Page de pub contre couverture flatteuse et sondages truqués: le scandale qui a provoqué la chute du chancelier Sebastian Kurz lève le voile sur les relations troubles entre presse, instituts de sondage et politiciens en Autriche. C'est un "secret de polichinelle", commente Yilmaz Gülüm, journaliste de la télévision publique ORF, alors que la récente affaire a relancé les appels à réformer le secteur. Afin d'avoir la paix avec les directeurs de journaux, les élus arrosent la presse de publicités, résume le reporter, qui anime un site d'observation des médias, Kobuk.at.

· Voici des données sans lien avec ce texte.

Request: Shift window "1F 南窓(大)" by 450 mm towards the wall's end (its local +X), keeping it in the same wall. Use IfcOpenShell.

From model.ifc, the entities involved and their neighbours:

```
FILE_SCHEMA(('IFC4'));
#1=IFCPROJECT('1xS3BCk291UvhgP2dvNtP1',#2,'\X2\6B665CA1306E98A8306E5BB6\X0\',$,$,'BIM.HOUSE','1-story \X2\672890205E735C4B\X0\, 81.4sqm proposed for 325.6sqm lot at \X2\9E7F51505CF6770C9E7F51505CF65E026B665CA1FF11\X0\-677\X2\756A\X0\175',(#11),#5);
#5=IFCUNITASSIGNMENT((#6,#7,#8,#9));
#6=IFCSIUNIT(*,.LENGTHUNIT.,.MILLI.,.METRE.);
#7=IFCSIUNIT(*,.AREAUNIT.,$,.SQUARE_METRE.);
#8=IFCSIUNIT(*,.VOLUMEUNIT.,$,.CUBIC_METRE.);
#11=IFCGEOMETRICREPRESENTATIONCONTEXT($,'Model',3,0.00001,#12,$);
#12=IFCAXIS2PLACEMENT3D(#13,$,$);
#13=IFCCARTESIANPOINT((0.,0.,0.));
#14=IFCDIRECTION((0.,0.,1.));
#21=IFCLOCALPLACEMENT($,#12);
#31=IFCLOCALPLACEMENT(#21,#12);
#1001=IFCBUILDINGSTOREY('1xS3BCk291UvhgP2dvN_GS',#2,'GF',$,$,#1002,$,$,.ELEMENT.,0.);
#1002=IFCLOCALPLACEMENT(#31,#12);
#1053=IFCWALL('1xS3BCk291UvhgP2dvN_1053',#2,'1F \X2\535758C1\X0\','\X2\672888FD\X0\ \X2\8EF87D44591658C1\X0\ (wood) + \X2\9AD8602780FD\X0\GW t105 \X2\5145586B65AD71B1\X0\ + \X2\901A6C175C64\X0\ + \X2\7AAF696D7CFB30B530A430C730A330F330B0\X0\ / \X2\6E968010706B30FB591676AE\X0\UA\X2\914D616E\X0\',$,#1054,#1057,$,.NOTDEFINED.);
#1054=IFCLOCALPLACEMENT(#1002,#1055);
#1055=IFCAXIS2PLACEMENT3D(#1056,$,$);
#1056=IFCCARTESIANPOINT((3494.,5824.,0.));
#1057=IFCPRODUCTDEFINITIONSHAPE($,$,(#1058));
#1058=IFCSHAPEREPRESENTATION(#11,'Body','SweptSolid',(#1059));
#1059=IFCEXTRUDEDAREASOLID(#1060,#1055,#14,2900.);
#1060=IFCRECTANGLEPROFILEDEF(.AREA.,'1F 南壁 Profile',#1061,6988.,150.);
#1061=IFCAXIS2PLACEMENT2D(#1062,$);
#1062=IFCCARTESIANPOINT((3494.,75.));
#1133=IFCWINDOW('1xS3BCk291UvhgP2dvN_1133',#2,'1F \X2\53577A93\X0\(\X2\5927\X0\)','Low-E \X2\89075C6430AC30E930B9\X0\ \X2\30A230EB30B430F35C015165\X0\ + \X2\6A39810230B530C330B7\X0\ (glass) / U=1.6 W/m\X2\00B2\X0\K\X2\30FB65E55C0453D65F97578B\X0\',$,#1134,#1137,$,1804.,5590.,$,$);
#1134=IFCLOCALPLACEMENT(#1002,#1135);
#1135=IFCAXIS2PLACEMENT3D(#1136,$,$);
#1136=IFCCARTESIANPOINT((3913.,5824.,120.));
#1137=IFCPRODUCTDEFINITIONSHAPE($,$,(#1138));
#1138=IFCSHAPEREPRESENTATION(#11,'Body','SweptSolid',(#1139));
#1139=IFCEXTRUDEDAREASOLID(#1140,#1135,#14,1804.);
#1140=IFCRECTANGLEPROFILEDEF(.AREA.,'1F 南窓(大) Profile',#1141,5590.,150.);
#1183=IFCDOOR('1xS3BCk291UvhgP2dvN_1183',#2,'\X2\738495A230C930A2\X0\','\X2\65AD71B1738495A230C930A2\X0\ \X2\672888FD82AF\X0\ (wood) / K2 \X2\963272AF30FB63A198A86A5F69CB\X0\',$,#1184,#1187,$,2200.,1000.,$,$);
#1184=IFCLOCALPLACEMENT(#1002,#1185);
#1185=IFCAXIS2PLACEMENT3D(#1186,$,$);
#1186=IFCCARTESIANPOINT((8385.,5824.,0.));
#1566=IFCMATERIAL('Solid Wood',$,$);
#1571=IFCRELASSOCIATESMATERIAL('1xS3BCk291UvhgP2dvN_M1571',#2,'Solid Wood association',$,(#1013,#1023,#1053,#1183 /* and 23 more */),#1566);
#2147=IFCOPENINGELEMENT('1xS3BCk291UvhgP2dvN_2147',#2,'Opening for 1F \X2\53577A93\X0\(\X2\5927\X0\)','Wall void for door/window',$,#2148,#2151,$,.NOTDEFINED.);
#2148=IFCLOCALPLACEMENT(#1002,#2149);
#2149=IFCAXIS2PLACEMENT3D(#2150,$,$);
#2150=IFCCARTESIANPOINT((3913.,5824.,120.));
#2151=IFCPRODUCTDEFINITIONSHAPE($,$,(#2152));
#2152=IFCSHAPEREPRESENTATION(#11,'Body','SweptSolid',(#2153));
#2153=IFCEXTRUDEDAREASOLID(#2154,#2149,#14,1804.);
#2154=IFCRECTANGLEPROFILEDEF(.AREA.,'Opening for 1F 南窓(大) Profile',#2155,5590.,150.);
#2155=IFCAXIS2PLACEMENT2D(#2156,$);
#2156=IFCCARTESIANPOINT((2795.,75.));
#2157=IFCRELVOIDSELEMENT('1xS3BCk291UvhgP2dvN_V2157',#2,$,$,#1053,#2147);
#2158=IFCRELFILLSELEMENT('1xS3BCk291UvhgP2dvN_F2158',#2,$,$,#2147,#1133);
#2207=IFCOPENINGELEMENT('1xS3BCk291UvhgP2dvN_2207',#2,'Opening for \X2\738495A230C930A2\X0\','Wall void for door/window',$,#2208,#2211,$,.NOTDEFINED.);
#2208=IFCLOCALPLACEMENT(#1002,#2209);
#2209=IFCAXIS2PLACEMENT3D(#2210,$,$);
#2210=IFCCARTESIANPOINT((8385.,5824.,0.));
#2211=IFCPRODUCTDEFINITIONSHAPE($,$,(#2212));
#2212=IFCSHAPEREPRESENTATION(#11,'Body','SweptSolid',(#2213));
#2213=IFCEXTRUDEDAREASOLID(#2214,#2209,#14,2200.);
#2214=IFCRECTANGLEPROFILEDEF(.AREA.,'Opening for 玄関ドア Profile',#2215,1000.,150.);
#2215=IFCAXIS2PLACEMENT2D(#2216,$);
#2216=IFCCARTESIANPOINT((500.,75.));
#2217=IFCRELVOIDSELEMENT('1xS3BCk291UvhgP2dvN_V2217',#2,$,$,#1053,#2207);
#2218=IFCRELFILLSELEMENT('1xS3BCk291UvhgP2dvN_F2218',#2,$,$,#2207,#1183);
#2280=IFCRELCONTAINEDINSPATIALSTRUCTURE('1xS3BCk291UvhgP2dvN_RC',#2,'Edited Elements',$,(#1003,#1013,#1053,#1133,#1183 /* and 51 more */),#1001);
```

```python
import ifcopenshell
import ifcopenshell.api.geometry
import ifcopenshell.util.placement
import ifcopenshell.util.unit

model = ifcopenshell.open("model.ifc")
unit_scale = ifcopenshell.util.unit.calculate_unit_scale(model)

window = model.by_guid("1xS3BCk291UvhgP2dvN_1133")
opening = window.FillsVoids[0].RelatingOpeningElement
wall = opening.VoidsElements[0].RelatingBuildingElement

wall_matrix = ifcopenshell.util.placement.get_local_placement(wall.ObjectPlacement)
shift = wall_matrix[:3, 0] * 0.45 / unit_scale
before = ifcopenshell.util.placement.get_local_placement(window.ObjectPlacement)[:3, 3].copy()

# The window is not placed relative to its opening, so move both.
for product in (opening, window):
    matrix = ifcopenshell.util.placement.get_local_placement(product.ObjectPlacement)
    matrix[:3, 3] += shift
    ifcopenshell.api.geometry.edit_object_placement(model, product=product, matrix=matrix, is_si=False)

after = ifcopenshell.util.placement.get_local_placement(window.ObjectPlacement)[:3, 3]
print("window moved by", (after - before).round(3) + 0.0)

model.write("model-out.ifc")
```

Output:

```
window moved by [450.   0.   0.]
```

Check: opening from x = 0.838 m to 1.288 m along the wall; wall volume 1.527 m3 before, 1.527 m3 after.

Un "problème structurel" singulier en Europe, qui est apparu au grand jour avec la descente spectaculaire du parquet début octobre à la chancellerie, dans un institut de sondage et dans les locaux du tabloïd Österreich. Selon le mandat de perquisition, ce journal aurait publié entre 2016 et 2018 des articles élogieux et de faux sondages "favorisant" l'ascension politique de Sebastian Kurz. Les enquêtes d'opinions manipulées auraient été réglées par le ministère des Finances à l'aide de fausses factures. L'ex-chancelier de 35 ans nie les faits, tout comme les dirigeants du quotidien.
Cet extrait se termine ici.